Darrell Jordan insists that, at long last, it's his turn to be the mayor. He lost in 1995 to Ron Kirk, but Jordan has always figured he was the right guy in the right place at the wrong time; when Dallas wanted and needed an African-American mayor, well, Jordan was just S.O.L. That's why he's running again. And, he says, the fact he's already raised $201,896 in campaign contributions 10 months out from the May 2007 election just proves how much Dallas wants him to be mayor this time around.

Maybe so, maybe not, but it does prove how much certain folks want him to be mayor--among them his $5,000 donors, whose names below make this look like an Alan Peppard column. There's insurance lawyer John Marks Jr., a partner at the downtown firm Locke Liddell & Sapp LLP; Williamson Printing Company chairman and CEO Jerry Williamson and his wife, Diane (actually, they gave $8,000, adding $3,000 to their initial bet on June 30); Belmont Group's Charles Huston Bell, who gave $2,000 to Bush-Cheney in 2004 (and, if we're thinking of the same guy, the ex-husband of actress Dorothy Malone); Charles' wife, Kathleen Bell; Maryland attorney Herbert Garten, who founded the People's Pro Bono Action Center and directed the Maryland Homeless Persons Representation Project in his home state; Darr Equipment Company chairman Randy Engstrom, the Bush and Republican National Committee contributor known to local golf fans as tournament chairman of the EDS Byron Nelson Championship; former Southwest Securities Corp. executive committee chairman Raymond Wooldridge, who's currently on the board of right-wing think tank National Center for Policy Analysis; attorney and Democratic National Committee contributor Charles Blaylock and his wife, Betty; EDS President Jeff Heller and his wife, Carol; Edwin Cabaniss, a local philanthropist who sits on the Trinity Commons Foundation Board of Directors; his wife, Lisa Cabaniss; Frank M. Aldridge III, president and CEO of Circa Capital Corp. and a guy who raises money for everything from the Dallas Museum of Art to the Katy Trail (and why isn't he running for mayor?); and Joseph M. Haggar Jr., former president and chief executive officer of Haggar Apparel Co. And that doesn't include the $20,000 Jordan gave himself: $10,000 in mid-June, and another $10,000 at the end of last month.

One of the more interesting contributors to Jordan's campaign is Ralph Oats, who gave $5,000--as did Oats' wife, Cathy Oats. Oats was the subject of a Fortune piece three years ago, in which the magazine chronicled his rise from high-school dropout to Nashville truck driver to Dallas millionaire.

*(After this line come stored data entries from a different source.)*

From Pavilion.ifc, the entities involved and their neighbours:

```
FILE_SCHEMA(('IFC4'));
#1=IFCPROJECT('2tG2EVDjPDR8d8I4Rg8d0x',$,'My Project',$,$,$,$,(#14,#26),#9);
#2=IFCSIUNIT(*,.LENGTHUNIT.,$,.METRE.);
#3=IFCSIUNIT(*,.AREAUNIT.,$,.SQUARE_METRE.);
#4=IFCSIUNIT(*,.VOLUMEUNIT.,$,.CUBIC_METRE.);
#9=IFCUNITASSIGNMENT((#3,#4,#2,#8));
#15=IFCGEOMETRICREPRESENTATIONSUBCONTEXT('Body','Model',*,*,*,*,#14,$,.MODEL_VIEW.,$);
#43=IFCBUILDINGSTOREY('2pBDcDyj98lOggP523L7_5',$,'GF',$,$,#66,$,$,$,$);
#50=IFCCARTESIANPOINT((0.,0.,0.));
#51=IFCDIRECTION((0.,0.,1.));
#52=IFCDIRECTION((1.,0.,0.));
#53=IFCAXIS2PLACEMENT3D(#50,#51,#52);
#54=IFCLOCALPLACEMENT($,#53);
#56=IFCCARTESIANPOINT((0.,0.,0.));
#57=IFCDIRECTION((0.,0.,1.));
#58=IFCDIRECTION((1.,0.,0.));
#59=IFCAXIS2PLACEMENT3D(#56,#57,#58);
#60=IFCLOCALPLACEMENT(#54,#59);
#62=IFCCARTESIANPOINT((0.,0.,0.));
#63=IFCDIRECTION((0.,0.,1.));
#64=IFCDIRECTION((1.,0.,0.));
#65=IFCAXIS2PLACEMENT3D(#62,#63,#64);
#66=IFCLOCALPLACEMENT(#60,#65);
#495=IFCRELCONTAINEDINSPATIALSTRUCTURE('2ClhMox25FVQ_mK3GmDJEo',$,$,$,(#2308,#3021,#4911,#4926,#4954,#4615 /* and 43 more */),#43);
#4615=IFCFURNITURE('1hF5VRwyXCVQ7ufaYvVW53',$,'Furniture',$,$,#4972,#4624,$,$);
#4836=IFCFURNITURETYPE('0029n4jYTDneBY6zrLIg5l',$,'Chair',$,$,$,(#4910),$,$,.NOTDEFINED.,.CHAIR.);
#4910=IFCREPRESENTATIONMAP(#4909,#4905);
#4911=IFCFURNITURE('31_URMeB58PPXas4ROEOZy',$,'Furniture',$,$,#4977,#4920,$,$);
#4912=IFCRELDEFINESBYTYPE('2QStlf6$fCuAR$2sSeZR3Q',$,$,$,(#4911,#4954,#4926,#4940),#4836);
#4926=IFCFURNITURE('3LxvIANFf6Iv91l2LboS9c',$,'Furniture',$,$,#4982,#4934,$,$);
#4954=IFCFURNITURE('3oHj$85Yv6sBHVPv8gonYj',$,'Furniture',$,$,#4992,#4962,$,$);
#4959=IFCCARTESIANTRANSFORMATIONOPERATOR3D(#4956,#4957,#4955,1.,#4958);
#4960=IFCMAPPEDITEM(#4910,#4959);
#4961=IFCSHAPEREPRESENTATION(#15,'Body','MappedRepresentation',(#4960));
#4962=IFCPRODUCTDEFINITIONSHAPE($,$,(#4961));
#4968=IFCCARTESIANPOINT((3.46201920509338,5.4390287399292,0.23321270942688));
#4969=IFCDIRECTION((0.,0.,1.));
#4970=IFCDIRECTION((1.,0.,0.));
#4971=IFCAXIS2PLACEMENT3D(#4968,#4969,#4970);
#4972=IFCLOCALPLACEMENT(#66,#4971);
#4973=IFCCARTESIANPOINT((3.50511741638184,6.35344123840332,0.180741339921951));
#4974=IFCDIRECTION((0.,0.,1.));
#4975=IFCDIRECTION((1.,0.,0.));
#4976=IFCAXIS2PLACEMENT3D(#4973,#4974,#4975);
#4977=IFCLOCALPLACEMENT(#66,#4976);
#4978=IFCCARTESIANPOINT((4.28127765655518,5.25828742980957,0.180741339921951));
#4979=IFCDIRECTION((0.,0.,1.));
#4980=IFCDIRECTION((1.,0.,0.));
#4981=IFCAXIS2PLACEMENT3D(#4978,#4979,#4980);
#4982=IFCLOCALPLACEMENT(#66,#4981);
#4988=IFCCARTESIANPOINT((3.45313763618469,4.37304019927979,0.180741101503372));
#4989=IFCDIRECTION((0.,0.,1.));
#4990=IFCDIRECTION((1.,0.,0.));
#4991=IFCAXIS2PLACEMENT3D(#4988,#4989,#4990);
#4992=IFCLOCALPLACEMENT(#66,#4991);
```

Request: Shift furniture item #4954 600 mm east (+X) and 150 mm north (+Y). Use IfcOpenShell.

```python
import ifcopenshell
import ifcopenshell.api.geometry
import ifcopenshell.util.placement
import ifcopenshell.util.unit

model = ifcopenshell.open("Pavilion.ifc")
unit_scale = ifcopenshell.util.unit.calculate_unit_scale(model)

item = model.by_guid("3oHj$85Yv6sBHVPv8gonYj")
matrix = ifcopenshell.util.placement.get_local_placement(item.ObjectPlacement)
matrix[0, 3] += 0.6 / unit_scale
matrix[1, 3] += 0.15 / unit_scale
ifcopenshell.api.geometry.edit_object_placement(model, product=item, matrix=matrix, is_si=False)

print(ifcopenshell.util.placement.get_local_placement(item.ObjectPlacement).round(3) + 0.0)

model.write("Pavilion-out.ifc")
```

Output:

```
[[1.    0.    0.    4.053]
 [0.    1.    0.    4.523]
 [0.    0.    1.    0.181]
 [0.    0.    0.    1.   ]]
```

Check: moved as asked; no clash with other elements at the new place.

In fact, it's Oats who lives in that mansion on Royal and Strait lanes that looks just like the White House and was recently renovated to make it look spiffier than the original. Fortune looked into Oats' controversial Wellness International Network, which Fortune described as a "multilevel marketing company founded by Oats in 1992 [that] now finds itself beset by twin controversies: over the promises it has made to its distributors and over the safety of its flagship product, a weight-loss supplement called BioLean." The key ingredient in BioLean was ephedra.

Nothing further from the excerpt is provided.